The paper "Pre-training of Graph Augmented Transformers for Medication Recommendation" introduces a novel approach to medication recommendation tasks in healthcare by developing a model named G-BERT. This model synergistically combines Graph Neural Networks (GNNs) and Bidirectional Encoder Representations from Transformers (BERT) to address limitations in existing approaches, particularly related to selection bias and the underutilization of hierarchical medical knowledge.

Key Concepts and Methodology

The core innovation of this work lies in integrating GNNs with Transformers to capture the hierarchical structure of medical codes embedded in electronic health records (EHRs). Here are the main components of the proposed solution:

  1. Graph Representation of Medical Codes:
    • The model employs GNNs to encapsulate the hierarchical structures inherent in medical code ontologies (e.g., ICD-9 for diagnoses). These hierarchies are crucial as they inform the relationships between different medical codes, which are often structured as tree-like ontologies.
    • The GNNs allow the model to generate embeddings for these codes by learning from their ancestors, significantly improving the representation richness beyond flat embeddings.
  2. Transformer-Based Visit Encoder:
    • A Transformer-based architecture, inspired by BERT, is used to encode patient visits. However, unlike standard BERT models, which rely on sequential word order, the G-BERT visit encoder adapts to unordered sets of medical codes encountered within a single patient visit.
    • This model uses a multi-layer transformer without position embeddings, reflecting the non-sequential nature of medical data.
  3. Pre-training Strategies:
    • The pre-training incorporates vast EHR data, including records from patients with a single hospital visit, which are often neglected.
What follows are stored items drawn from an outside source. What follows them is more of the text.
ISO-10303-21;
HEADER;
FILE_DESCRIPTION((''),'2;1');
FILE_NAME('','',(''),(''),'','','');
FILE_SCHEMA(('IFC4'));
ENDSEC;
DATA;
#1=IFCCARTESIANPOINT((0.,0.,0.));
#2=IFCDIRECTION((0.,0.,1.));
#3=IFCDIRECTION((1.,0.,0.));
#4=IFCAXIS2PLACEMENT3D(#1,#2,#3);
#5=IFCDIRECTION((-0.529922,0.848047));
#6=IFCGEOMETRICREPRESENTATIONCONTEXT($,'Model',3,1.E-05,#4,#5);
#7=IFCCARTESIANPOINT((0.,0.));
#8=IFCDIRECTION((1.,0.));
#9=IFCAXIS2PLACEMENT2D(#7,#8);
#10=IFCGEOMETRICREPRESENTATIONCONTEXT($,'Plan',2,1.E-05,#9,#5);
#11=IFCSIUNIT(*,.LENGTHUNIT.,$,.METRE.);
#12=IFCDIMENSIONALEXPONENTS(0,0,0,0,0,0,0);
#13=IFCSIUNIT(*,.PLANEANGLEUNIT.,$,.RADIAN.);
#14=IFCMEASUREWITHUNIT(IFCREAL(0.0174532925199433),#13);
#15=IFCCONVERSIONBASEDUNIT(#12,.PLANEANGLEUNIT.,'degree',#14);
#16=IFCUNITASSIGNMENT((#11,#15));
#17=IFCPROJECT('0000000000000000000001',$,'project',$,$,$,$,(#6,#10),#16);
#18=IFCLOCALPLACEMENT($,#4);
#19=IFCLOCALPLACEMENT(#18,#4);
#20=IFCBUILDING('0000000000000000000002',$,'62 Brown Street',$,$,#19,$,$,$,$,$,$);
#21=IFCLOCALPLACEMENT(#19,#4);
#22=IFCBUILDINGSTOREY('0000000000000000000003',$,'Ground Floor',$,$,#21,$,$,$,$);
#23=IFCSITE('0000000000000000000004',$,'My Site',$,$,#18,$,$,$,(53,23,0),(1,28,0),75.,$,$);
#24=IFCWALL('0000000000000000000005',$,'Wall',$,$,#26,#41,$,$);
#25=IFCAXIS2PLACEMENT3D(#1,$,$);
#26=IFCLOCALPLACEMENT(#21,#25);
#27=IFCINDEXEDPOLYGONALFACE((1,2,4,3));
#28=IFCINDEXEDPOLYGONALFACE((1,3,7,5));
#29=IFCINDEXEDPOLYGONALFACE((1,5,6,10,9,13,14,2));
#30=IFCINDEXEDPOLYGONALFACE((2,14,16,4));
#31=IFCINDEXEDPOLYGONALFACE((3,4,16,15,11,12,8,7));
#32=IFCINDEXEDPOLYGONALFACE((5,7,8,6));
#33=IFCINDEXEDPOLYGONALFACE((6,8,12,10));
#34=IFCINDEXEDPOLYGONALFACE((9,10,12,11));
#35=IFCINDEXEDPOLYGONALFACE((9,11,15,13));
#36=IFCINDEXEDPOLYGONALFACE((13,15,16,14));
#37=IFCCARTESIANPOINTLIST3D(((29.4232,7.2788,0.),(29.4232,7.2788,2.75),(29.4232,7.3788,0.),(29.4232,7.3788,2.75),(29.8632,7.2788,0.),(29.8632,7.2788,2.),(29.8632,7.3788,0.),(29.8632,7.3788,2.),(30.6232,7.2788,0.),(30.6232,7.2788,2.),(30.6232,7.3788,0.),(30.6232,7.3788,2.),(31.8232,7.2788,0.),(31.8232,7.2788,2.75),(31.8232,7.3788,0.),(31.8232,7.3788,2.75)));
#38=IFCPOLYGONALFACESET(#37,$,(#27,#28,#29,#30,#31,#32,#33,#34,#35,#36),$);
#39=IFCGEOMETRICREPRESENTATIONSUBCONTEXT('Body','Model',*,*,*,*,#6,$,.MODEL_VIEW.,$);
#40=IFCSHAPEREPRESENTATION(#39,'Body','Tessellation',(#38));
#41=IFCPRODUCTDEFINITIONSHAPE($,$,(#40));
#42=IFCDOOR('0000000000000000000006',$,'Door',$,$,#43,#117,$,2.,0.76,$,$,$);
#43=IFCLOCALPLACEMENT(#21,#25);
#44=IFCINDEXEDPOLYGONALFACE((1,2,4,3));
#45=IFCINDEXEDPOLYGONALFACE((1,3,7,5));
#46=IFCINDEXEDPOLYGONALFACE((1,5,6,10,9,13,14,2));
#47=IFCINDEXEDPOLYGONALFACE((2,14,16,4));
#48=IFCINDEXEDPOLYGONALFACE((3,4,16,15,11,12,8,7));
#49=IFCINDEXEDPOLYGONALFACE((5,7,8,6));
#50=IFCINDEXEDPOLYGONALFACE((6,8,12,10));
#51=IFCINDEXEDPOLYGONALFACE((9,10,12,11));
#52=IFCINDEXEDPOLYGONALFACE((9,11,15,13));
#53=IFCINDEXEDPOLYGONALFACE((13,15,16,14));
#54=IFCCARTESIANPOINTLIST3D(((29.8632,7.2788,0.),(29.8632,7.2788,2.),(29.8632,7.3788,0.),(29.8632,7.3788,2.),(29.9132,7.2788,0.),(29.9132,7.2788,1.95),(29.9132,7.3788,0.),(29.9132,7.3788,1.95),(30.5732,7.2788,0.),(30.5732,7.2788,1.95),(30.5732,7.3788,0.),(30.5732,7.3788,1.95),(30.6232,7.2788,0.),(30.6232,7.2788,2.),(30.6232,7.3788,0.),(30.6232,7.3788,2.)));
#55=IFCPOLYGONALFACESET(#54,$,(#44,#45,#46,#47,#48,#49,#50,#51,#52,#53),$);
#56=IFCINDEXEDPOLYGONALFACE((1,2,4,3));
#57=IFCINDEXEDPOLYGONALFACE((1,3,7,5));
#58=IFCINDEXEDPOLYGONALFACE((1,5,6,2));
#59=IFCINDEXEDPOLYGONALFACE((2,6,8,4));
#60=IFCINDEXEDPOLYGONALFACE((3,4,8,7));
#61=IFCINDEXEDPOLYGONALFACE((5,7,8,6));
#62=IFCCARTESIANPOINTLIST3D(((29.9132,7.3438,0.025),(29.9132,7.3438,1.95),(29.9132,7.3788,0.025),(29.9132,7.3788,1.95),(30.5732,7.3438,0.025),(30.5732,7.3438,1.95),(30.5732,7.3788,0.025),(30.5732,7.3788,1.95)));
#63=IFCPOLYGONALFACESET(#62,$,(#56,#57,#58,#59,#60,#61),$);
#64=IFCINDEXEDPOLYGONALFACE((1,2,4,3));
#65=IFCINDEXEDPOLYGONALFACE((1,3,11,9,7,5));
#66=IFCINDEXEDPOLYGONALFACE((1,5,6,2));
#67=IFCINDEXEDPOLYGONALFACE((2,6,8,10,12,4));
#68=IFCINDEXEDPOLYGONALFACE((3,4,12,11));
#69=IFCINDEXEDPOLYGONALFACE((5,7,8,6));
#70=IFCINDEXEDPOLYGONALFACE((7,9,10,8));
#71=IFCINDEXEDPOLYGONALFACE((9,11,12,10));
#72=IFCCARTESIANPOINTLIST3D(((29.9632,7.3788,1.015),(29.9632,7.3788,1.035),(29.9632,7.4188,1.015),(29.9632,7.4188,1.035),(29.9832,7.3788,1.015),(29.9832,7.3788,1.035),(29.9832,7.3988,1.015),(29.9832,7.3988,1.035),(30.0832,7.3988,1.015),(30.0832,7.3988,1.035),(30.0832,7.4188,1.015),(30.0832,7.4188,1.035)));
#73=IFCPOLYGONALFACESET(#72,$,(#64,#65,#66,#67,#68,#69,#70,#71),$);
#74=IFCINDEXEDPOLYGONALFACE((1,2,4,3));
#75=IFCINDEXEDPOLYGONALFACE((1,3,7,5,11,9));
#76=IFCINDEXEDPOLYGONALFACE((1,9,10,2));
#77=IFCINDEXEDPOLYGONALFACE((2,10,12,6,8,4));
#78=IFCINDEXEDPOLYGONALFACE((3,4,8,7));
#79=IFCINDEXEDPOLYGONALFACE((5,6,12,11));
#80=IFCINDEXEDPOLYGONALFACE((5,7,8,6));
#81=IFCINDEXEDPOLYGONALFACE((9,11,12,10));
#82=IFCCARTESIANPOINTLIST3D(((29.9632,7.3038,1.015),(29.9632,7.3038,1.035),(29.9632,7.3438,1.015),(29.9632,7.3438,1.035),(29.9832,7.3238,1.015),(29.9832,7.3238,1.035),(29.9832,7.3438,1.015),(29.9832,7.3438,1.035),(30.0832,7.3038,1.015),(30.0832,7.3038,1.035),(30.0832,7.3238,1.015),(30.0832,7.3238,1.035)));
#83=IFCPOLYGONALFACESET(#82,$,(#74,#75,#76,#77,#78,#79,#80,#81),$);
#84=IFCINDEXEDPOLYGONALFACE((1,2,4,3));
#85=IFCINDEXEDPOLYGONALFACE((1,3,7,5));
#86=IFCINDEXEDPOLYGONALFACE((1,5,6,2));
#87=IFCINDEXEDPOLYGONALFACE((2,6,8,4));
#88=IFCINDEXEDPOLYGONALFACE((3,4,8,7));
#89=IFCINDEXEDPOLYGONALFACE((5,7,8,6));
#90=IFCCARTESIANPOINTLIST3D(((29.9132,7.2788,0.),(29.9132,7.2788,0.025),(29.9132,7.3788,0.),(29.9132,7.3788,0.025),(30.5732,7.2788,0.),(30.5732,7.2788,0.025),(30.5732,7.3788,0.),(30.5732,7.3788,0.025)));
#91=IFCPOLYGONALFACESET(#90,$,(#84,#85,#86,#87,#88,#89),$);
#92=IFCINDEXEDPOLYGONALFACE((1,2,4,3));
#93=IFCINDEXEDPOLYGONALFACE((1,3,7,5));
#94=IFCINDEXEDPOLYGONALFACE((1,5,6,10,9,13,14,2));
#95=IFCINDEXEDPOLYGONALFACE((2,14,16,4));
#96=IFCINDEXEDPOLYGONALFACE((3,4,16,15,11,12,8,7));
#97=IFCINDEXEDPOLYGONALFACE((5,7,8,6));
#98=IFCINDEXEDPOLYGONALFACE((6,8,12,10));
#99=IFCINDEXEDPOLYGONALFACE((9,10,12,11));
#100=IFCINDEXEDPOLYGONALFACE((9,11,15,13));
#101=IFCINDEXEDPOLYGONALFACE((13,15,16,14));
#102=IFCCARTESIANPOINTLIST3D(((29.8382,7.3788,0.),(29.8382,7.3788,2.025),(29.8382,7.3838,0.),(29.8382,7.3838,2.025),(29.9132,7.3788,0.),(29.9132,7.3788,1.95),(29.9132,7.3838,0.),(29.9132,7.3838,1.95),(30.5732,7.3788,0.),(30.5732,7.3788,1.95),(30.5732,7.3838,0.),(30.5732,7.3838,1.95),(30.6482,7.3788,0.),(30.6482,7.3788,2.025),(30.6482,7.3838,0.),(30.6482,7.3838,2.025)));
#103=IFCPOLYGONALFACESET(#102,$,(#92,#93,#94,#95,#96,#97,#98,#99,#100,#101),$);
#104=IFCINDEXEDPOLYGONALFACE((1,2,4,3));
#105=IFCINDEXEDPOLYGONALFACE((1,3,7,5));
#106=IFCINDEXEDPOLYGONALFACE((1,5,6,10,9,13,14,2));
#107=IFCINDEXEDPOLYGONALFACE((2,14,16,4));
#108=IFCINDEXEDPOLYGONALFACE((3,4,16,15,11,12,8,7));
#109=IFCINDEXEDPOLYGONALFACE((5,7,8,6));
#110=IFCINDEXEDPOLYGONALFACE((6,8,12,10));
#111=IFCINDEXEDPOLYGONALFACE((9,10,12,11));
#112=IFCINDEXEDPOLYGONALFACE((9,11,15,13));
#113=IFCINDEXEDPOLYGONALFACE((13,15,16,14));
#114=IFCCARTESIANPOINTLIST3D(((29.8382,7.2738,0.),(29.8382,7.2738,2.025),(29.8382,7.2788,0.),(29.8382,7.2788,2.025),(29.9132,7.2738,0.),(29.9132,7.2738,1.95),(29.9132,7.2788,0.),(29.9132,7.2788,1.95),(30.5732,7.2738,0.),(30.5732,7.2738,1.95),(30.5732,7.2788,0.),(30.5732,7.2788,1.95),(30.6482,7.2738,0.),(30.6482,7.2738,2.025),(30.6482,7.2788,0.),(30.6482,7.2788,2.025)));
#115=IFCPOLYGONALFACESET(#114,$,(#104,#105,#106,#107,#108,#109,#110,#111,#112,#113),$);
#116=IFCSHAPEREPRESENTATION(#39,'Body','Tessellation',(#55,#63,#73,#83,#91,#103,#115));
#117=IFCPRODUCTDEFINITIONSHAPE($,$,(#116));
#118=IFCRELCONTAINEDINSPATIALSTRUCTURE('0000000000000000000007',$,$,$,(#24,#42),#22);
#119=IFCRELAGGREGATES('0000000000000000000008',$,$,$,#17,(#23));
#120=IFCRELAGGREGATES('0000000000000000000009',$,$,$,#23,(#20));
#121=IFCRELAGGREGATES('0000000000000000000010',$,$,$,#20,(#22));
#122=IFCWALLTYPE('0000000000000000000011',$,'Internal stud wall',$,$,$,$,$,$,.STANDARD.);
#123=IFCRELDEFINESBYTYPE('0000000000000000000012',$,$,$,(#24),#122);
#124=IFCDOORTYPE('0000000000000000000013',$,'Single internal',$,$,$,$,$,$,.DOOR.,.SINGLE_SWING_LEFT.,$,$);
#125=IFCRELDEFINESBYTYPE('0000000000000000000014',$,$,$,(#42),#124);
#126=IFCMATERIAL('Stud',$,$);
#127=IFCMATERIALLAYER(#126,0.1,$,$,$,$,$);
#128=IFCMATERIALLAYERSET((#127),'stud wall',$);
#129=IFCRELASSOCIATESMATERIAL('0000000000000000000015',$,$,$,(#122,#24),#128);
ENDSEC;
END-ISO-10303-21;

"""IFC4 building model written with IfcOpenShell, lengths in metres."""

from ifc_helpers import new_model, entity, si_unit, converted_unit, direction, frame, origin_with_axes, origin_2d_with_axis, place, context, subcontext, project, spatial, line, indexed_curve, outline, extrude, shape, source, transform, mapped, material, layer, layer_set, layer_usage, type_object, type_shapes, element, fill, save


model = new_model("IFC4")

# Units and contexts
model_context = context("Model", 3, precision=1e-05, world=origin_with_axes(), true_north=direction((-0.529922, 0.848047)))
plan_context = context("Plan", 2, precision=1e-05, world=origin_2d_with_axis(), true_north=direction((-0.529922, 0.848047)))
body_context_1 = subcontext(model_context, "Body", "Model", "MODEL_VIEW")
body_context_2 = subcontext(plan_context, "Body", "Plan", "PLAN_VIEW")
ifc_project = project(units=[si_unit("LENGTHUNIT", "METRE"), converted_unit("PLANEANGLEUNIT", "degree", entity("IfcReal", 0.0174532925199433), si_unit("PLANEANGLEUNIT", "RADIAN"), dimensions=[0, 0, 0, 0, 0, 0, 0])], contexts=[model_context, plan_context])

# Site, building, storey
site_placement = place(None, origin_with_axes())
site = spatial("IfcSite", under=ifc_project, at=site_placement, Name="My Site", RefLatitude=(53, 23, 0), RefLongitude=(1, 28, 0), RefElevation=75.0)
building_placement = place(site_placement, origin_with_axes())
building = spatial("IfcBuilding", under=site, at=building_placement, Name="62 Brown Street")
storey_placement = place(building_placement, origin_with_axes())
storey = spatial("IfcBuildingStorey", under=building, at=storey_placement, Name="Ground Floor")

# Wall, opening, door
ifc_material_1 = material(Name="Stud")
ifc_layer_1 = layer(ifc_material_1, 0.1)
ifc_layer_set_1 = layer_set([ifc_layer_1], Name="stud wall")
ifc_layer_usage_1 = layer_usage(ifc_layer_set_1, "AXIS2", "POSITIVE", 0.0)
wall_type_1 = type_object("IfcWallType", Name="Internal stud wall", PredefinedType="STANDARD", material=ifc_layer_set_1)
wall_1_placement = place(storey_placement, frame((31.8232, 7.3788, 0.0), z_axis=(0.0, 0.0, 1.0), x_axis=(-1.0, 0.0, 0.0)))
wall_1 = element("IfcWall", 1, at=wall_1_placement, inside=storey, type_object=wall_type_1, material=ifc_layer_usage_1, Name="Wall", context=body_context_1, shape_type="SweptSolid", body=[
    extrude(outline(indexed_curve([(0.0, 0.0), (0.0, 0.1), (2.4, 0.1), (2.4, 0.0), (0.0, 0.0)], self_intersect=False)), origin_with_axes(), (0.0, 0.0, 1.0), 2.75),
])
shared_shape_1 = source(origin_with_axes(), body_context_1, "Body", "SweptSolid", [
    extrude(outline(indexed_curve([(0.0, 0.0), (0.76, 0.0), (0.76, 2.0), (0.0, 2.0)], segments=[line(1, 2, 3, 4, 1)])), frame((0.0, -0.6, 0.0), z_axis=(0.0, -1.0, 0.0), x_axis=(1.0, 0.0, 0.0)), (0.0, 0.0, -1.0), 1.2),
])
opening_1_placement = place(wall_1_placement, frame((1.2, 0.0, 0.0), z_axis=(0.0, 0.0, 1.0), x_axis=(1.0, 0.0, 0.0)))
opening_1 = element("IfcOpeningElement", 2, at=opening_1_placement, cuts=wall_1, PredefinedType="OPENING", context=body_context_1, shape_type="MappedRepresentation", body=[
This stage utilizes techniques such as masked modeling akin to BERT and introduces a self-prediction and dual-prediction mechanism to recover original codes and predict related sets of diagnoses or medications.
    • Through this pre-training, G-BERT leverages unlabeled data more effectively, preparing the model for subsequent tasks with limited labeled data.
  4. Fine-tuning for Medication Recommendation:
    • Fine-tuning involves optimizing the model using labeled multi-visit patient records to predict appropriate medication lists based on the observed diagnoses.

Experimental Evaluation and Results

G-BERT was subjected to rigorous evaluation using the MIMIC-III dataset, where it was shown to outperform several state-of-the-art baseline models including RETAIN and GAMENet. This superiority is evidenced by metrics such as Jaccard Similarity Score and Precision-Recall AUC.
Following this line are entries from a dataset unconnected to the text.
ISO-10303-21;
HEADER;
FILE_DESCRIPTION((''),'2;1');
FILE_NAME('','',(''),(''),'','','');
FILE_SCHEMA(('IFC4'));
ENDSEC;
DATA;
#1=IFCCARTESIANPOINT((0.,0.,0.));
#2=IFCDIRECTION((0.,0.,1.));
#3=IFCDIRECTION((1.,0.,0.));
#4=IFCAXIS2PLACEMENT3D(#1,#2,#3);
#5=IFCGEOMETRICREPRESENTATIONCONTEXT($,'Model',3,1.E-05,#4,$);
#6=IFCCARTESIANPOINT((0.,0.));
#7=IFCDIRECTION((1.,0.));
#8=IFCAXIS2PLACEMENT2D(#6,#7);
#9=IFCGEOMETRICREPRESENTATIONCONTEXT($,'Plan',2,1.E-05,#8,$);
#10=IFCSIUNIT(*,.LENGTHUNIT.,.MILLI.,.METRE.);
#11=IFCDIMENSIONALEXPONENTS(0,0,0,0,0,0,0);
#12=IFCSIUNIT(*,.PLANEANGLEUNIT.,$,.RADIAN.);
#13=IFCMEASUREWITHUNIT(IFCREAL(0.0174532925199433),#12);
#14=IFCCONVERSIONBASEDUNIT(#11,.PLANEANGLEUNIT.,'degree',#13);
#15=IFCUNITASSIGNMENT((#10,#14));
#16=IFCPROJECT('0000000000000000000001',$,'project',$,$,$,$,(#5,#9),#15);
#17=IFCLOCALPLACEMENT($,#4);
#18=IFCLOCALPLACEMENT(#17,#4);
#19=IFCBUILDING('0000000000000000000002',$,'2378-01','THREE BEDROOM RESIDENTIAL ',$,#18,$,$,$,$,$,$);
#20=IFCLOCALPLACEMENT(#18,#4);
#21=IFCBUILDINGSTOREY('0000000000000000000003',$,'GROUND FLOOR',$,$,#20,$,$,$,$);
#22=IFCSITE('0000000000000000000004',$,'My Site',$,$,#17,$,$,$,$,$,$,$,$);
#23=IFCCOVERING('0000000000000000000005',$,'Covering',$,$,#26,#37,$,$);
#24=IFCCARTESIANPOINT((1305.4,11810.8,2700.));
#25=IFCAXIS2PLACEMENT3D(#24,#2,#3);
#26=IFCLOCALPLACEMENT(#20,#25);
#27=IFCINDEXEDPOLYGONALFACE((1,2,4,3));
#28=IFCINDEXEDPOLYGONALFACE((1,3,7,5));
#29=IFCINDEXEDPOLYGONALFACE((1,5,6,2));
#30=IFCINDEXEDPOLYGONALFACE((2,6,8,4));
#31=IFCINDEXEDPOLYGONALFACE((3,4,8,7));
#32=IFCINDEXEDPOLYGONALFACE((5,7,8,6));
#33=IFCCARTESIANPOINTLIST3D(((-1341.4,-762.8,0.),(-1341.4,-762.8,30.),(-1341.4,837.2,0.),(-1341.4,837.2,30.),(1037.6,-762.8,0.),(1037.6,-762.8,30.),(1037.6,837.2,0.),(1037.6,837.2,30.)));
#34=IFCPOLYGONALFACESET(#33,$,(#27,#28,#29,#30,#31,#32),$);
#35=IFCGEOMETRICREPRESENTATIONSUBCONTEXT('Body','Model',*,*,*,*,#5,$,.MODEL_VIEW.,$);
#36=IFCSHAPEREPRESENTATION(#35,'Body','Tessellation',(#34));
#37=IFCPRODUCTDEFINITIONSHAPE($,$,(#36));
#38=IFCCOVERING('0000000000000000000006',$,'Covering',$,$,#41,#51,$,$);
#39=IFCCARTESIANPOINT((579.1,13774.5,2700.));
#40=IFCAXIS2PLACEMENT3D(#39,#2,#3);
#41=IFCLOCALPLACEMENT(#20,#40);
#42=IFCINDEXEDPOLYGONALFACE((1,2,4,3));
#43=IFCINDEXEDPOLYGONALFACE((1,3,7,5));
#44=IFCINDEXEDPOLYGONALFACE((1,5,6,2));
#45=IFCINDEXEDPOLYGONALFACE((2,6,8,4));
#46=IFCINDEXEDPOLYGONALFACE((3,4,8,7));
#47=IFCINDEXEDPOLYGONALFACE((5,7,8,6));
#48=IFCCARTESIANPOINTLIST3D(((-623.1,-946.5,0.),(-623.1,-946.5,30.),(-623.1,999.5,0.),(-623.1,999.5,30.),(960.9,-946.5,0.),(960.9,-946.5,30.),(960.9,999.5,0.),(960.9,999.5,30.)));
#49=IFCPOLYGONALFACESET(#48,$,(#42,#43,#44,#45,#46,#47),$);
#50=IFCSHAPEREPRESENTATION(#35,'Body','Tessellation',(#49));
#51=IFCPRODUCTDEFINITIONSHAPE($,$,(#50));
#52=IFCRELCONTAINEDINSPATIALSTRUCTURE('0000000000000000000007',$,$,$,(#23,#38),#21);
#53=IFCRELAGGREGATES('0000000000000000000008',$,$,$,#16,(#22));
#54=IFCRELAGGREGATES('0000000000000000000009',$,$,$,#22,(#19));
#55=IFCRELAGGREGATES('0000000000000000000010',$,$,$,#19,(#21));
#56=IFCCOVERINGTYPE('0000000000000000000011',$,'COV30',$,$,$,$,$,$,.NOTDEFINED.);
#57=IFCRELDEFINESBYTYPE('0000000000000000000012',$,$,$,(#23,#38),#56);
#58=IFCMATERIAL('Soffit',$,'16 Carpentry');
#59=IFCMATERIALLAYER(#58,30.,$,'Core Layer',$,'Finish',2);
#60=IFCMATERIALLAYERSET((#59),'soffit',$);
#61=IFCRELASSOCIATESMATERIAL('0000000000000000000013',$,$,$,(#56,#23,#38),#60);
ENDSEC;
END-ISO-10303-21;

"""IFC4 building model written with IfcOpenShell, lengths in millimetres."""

from ifc_helpers import new_model, entity, si_unit, converted_unit, frame, origin_with_axes, origin_2d_with_axis, place, context, subcontext, project, spatial, line, indexed_curve, outline, extrude, material, layer, layer_set, layer_usage, type_object, element, save


model = new_model("IFC4")

# Units and contexts
model_context = context("Model", 3, precision=1e-05, world=origin_with_axes())
plan_context = context("Plan", 2, precision=1e-05, world=origin_2d_with_axis())
body_context_1 = subcontext(model_context, "Body", "Model", "MODEL_VIEW")
ifc_project = project(units=[si_unit("LENGTHUNIT", "METRE", prefix="MILLI"), converted_unit("PLANEANGLEUNIT", "degree", entity("IfcReal", 0.0174532925199433), si_unit("PLANEANGLEUNIT", "RADIAN"), dimensions=[0, 0, 0, 0, 0, 0, 0])], contexts=[model_context, plan_context])

# Site, building, storey
site_placement = place(None, origin_with_axes())
site = spatial("IfcSite", under=ifc_project, at=site_placement, Name="My Site")
building_placement = place(site_placement, origin_with_axes())
building = spatial("IfcBuilding", under=site, at=building_placement, Name="2378-01", Description="THREE BEDROOM RESIDENTIAL ")
storey_placement = place(building_placement, origin_with_axes())
storey = spatial("IfcBuildingStorey", under=building, at=storey_placement, Name="GROUND FLOOR")

# Coverings
ifc_material_1 = material(Name="Soffit", Category="16 Carpentry")
ifc_layer_1 = layer(ifc_material_1, 30.0, Name="Core Layer", Category="Finish", Priority=2)
ifc_layer_set_1 = layer_set([ifc_layer_1], Name="soffit")
ifc_layer_usage_1 = layer_usage(ifc_layer_set_1, "AXIS3", "POSITIVE", 0.0)
covering_type = type_object("IfcCoveringType", Name="COV30", PredefinedType="NOTDEFINED", material=ifc_layer_set_1)
covering_1_placement = place(storey_placement, frame((1305.4, 11810.8, 2700.0), z_axis=(0.0, 0.0, 1.0), x_axis=(1.0, 0.0, 0.0)))
element("IfcCovering", 1, at=covering_1_placement, inside=storey, type_object=covering_type, material=ifc_layer_usage_1, Name="Covering", context=body_context_1, shape_type="SweptSolid", body=[
    extrude(outline(indexed_curve([(-1341.4, -762.8), (-1341.4, 837.2), (1037.6, 837.2), (1037.6, -762.8), (-1341.4, -762.8)], segments=[line(1, 2, 3, 4, 5, 1)])), None, (0.0, 0.0, 1.0), 30.0),
])
ifc_layer_usage_2 = layer_usage(ifc_layer_set_1, "AXIS3", "POSITIVE", 0.0)
covering_2_placement = place(storey_placement, frame((579.1, 13774.5, 2700.0), z_axis=(0.0, 0.0, 1.0), x_axis=(1.0, 0.0, 0.0)))
element("IfcCovering", 2, at=covering_2_placement, inside=storey, type_object=covering_type, material=ifc_layer_usage_2, Name="Covering", context=body_context_1, shape_type="SweptSolid", body=[
    extrude(outline(indexed_curve([(960.9, 999.5), (960.9, -946.5), (-623.1, -946.5), (-623.1, 999.5), (960.9, 999.5)], segments=[line(1, 2, 3, 4, 5, 1)])), None, (0.0, 0.0, 1.0), 30.0),
])

save(model, "model.ifc")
The experiments also validate the importance of each component — particularly the integration of hierarchical ontology information and the pre-training phase, which collectively elevate prediction capabilities compared to simpler Transformer applications without these enhancements.

Implications and Future Directions

The proposal of G-BERT opens significant avenues for the application of pre-trained model architectures in healthcare, extending the utility beyond conventional NLP tasks to domains that are structured and domain-informed like EHR data. The approach demonstrates how hybrid models can capture complex hierarchical and temporal dependencies present in medical data.

Future research could expand on this work by exploring additional structural tasks that might enhance code representation further, incorporating dynamic patient data streams, or scaling the approach to more diverse healthcare datasets with heterogeneous modalities. Furthermore, extending the model's modularity to incorporate external knowledge bases like drug-drug interactions more seamlessly could also potentiate expanded applications in clinical decision support systems.

In conclusion, G-BERT serves as a pioneering step towards more contextual and robust medication recommendations, demonstrating how cross-pollination between advanced NLP architectures and domain-specific knowledge graphs can address critical challenges in healthcare informatics.